◆ ACTIVITY: Retype all of the data. Every line must match exactly.
::::
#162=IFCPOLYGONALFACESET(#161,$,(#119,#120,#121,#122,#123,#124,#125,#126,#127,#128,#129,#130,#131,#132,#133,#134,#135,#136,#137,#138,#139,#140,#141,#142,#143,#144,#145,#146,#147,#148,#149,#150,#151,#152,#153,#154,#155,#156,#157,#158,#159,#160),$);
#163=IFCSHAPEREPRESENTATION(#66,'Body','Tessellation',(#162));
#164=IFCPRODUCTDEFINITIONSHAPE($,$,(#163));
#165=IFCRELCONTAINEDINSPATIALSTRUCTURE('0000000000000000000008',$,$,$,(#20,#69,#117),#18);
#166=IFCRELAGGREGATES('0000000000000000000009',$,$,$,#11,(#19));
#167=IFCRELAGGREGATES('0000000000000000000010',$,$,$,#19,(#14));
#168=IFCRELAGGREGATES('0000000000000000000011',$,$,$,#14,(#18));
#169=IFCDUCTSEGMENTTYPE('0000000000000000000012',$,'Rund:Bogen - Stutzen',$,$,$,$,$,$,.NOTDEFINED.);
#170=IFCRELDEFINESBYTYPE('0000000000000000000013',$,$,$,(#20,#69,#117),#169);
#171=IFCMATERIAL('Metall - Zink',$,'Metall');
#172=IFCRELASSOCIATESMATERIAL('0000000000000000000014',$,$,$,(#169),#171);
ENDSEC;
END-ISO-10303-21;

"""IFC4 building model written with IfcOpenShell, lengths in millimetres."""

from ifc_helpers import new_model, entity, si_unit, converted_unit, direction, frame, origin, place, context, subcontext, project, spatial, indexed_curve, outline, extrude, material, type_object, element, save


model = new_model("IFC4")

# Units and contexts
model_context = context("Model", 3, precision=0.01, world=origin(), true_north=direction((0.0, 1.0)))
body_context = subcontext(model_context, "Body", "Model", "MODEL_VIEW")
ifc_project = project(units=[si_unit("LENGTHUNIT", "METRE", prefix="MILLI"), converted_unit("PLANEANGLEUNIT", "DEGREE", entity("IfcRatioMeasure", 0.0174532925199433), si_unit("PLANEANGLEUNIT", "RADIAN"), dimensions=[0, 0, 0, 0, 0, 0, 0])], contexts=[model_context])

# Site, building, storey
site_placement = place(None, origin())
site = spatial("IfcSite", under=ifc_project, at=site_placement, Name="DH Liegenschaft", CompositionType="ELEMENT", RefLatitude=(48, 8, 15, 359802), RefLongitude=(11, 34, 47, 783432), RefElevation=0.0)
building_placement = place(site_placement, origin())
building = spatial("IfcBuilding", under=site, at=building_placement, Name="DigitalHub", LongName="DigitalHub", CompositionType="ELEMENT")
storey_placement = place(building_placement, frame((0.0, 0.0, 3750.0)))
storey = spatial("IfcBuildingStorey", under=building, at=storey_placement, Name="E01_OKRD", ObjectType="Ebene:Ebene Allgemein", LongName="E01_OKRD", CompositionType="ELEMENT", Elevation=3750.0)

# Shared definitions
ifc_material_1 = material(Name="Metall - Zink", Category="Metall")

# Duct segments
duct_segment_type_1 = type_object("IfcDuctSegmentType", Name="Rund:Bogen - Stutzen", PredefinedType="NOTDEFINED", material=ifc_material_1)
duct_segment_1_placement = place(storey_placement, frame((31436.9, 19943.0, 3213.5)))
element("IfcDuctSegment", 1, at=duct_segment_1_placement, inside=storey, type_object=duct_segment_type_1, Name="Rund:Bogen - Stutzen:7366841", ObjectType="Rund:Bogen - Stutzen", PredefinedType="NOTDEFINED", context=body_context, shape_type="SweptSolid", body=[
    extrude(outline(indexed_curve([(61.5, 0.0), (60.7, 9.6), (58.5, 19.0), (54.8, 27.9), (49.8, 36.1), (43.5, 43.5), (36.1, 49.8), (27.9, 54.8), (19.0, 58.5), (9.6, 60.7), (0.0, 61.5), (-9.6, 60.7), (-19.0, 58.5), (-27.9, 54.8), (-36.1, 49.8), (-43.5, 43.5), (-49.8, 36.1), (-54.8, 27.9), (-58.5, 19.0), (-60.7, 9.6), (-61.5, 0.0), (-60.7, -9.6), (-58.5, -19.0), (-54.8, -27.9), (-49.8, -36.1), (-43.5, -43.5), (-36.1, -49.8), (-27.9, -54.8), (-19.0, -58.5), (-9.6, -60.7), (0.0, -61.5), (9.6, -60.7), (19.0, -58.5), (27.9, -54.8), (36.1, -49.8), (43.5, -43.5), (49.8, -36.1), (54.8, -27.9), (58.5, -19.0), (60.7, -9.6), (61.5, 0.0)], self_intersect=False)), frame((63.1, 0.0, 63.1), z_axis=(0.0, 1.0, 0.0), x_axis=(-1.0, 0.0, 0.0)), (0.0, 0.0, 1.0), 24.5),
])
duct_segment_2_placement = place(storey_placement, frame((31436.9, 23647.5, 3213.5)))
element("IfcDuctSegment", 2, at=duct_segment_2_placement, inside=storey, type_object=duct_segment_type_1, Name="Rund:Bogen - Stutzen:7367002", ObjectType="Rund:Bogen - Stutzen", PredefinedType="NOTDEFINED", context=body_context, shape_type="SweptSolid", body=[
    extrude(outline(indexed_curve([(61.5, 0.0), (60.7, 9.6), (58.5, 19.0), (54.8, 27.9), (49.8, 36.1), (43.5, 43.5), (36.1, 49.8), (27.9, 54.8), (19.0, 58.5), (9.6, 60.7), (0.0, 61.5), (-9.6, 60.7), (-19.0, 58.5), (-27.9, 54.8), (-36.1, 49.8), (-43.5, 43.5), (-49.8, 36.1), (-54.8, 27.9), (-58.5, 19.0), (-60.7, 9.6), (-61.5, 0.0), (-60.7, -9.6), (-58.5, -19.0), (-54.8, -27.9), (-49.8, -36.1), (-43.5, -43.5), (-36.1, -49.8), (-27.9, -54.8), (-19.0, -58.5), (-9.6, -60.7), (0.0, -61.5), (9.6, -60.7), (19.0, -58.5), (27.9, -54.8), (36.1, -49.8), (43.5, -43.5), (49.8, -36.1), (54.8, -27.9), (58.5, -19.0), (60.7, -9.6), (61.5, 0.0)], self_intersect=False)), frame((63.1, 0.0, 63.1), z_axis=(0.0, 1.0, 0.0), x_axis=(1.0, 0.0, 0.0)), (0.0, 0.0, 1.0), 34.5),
::::
◆ SOLVED PROBLEM:
#162=IFCPOLYGONALFACESET(#161,$,(#119,#120,#121,#122,#123,#124,#125,#126,#127,#128,#129,#130,#131,#132,#133,#134,#135,#136,#137,#138,#139,#140,#141,#142,#143,#144,#145,#146,#147,#148,#149,#150,#151,#152,#153,#154,#155,#156,#157,#158,#159,#160),$);
#163=IFCSHAPEREPRESENTATION(#66,'Body','Tessellation',(#162));
#164=IFCPRODUCTDEFINITIONSHAPE($,$,(#163));
#165=IFCRELCONTAINEDINSPATIALSTRUCTURE('0000000000000000000008',$,$,$,(#20,#69,#117),#18);
#166=IFCRELAGGREGATES('0000000000000000000009',$,$,$,#11,(#19));
#167=IFCRELAGGREGATES('0000000000000000000010',$,$,$,#19,(#14));
#168=IFCRELAGGREGATES('0000000000000000000011',$,$,$,#14,(#18));
#169=IFCDUCTSEGMENTTYPE('0000000000000000000012',$,'Rund:Bogen - Stutzen',$,$,$,$,$,$,.NOTDEFINED.);
#170=IFCRELDEFINESBYTYPE('0000000000000000000013',$,$,$,(#20,#69,#117),#169);
#171=IFCMATERIAL('Metall - Zink',$,'Metall');
#172=IFCRELASSOCIATESMATERIAL('0000000000000000000014',$,$,$,(#169),#171);
ENDSEC;
END-ISO-10303-21;

"""IFC4 building model written with IfcOpenShell, lengths in millimetres."""

from ifc_helpers import new_model, entity, si_unit, converted_unit, direction, frame, origin, place, context, subcontext, project, spatial, indexed_curve, outline, extrude, material, type_object, element, save


model = new_model("IFC4")

# Units and contexts
model_context = context("Model", 3, precision=0.01, world=origin(), true_north=direction((0.0, 1.0)))
body_context = subcontext(model_context, "Body", "Model", "MODEL_VIEW")
ifc_project = project(units=[si_unit("LENGTHUNIT", "METRE", prefix="MILLI"), converted_unit("PLANEANGLEUNIT", "DEGREE", entity("IfcRatioMeasure", 0.0174532925199433), si_unit("PLANEANGLEUNIT", "RADIAN"), dimensions=[0, 0, 0, 0, 0, 0, 0])], contexts=[model_context])

# Site, building, storey
site_placement = place(None, origin())
site = spatial("IfcSite", under=ifc_project, at=site_placement, Name="DH Liegenschaft", CompositionType="ELEMENT", RefLatitude=(48, 8, 15, 359802), RefLongitude=(11, 34, 47, 783432), RefElevation=0.0)
building_placement = place(site_placement, origin())
building = spatial("IfcBuilding", under=site, at=building_placement, Name="DigitalHub", LongName="DigitalHub", CompositionType="ELEMENT")
storey_placement = place(building_placement, frame((0.0, 0.0, 3750.0)))
storey = spatial("IfcBuildingStorey", under=building, at=storey_placement, Name="E01_OKRD", ObjectType="Ebene:Ebene Allgemein", LongName="E01_OKRD", CompositionType="ELEMENT", Elevation=3750.0)

# Shared definitions
ifc_material_1 = material(Name="Metall - Zink", Category="Metall")

# Duct segments
duct_segment_type_1 = type_object("IfcDuctSegmentType", Name="Rund:Bogen - Stutzen", PredefinedType="NOTDEFINED", material=ifc_material_1)
duct_segment_1_placement = place(storey_placement, frame((31436.9, 19943.0, 3213.5)))
element("IfcDuctSegment", 1, at=duct_segment_1_placement, inside=storey, type_object=duct_segment_type_1, Name="Rund:Bogen - Stutzen:7366841", ObjectType="Rund:Bogen - Stutzen", PredefinedType="NOTDEFINED", context=body_context, shape_type="SweptSolid", body=[
    extrude(outline(indexed_curve([(61.5, 0.0), (60.7, 9.6), (58.5, 19.0), (54.8, 27.9), (49.8, 36.1), (43.5, 43.5), (36.1, 49.8), (27.9, 54.8), (19.0, 58.5), (9.6, 60.7), (0.0, 61.5), (-9.6, 60.7), (-19.0, 58.5), (-27.9, 54.8), (-36.1, 49.8), (-43.5, 43.5), (-49.8, 36.1), (-54.8, 27.9), (-58.5, 19.0), (-60.7, 9.6), (-61.5, 0.0), (-60.7, -9.6), (-58.5, -19.0), (-54.8, -27.9), (-49.8, -36.1), (-43.5, -43.5), (-36.1, -49.8), (-27.9, -54.8), (-19.0, -58.5), (-9.6, -60.7), (0.0, -61.5), (9.6, -60.7), (19.0, -58.5), (27.9, -54.8), (36.1, -49.8), (43.5, -43.5), (49.8, -36.1), (54.8, -27.9), (58.5, -19.0), (60.7, -9.6), (61.5, 0.0)], self_intersect=False)), frame((63.1, 0.0, 63.1), z_axis=(0.0, 1.0, 0.0), x_axis=(-1.0, 0.0, 0.0)), (0.0, 0.0, 1.0), 24.5),
])
duct_segment_2_placement = place(storey_placement, frame((31436.9, 23647.5, 3213.5)))
element("IfcDuctSegment", 2, at=duct_segment_2_placement, inside=storey, type_object=duct_segment_type_1, Name="Rund:Bogen - Stutzen:7367002", ObjectType="Rund:Bogen - Stutzen", PredefinedType="NOTDEFINED", context=body_context, shape_type="SweptSolid", body=[
    extrude(outline(indexed_curve([(61.5, 0.0), (60.7, 9.6), (58.5, 19.0), (54.8, 27.9), (49.8, 36.1), (43.5, 43.5), (36.1, 49.8), (27.9, 54.8), (19.0, 58.5), (9.6, 60.7), (0.0, 61.5), (-9.6, 60.7), (-19.0, 58.5), (-27.9, 54.8), (-36.1, 49.8), (-43.5, 43.5), (-49.8, 36.1), (-54.8, 27.9), (-58.5, 19.0), (-60.7, 9.6), (-61.5, 0.0), (-60.7, -9.6), (-58.5, -19.0), (-54.8, -27.9), (-49.8, -36.1), (-43.5, -43.5), (-36.1, -49.8), (-27.9, -54.8), (-19.0, -58.5), (-9.6, -60.7), (0.0, -61.5), (9.6, -60.7), (19.0, -58.5), (27.9, -54.8), (36.1, -49.8), (43.5, -43.5), (49.8, -36.1), (54.8, -27.9), (58.5, -19.0), (60.7, -9.6), (61.5, 0.0)], self_intersect=False)), frame((63.1, 0.0, 63.1), z_axis=(0.0, 1.0, 0.0), x_axis=(1.0, 0.0, 0.0)), (0.0, 0.0, 1.0), 34.5),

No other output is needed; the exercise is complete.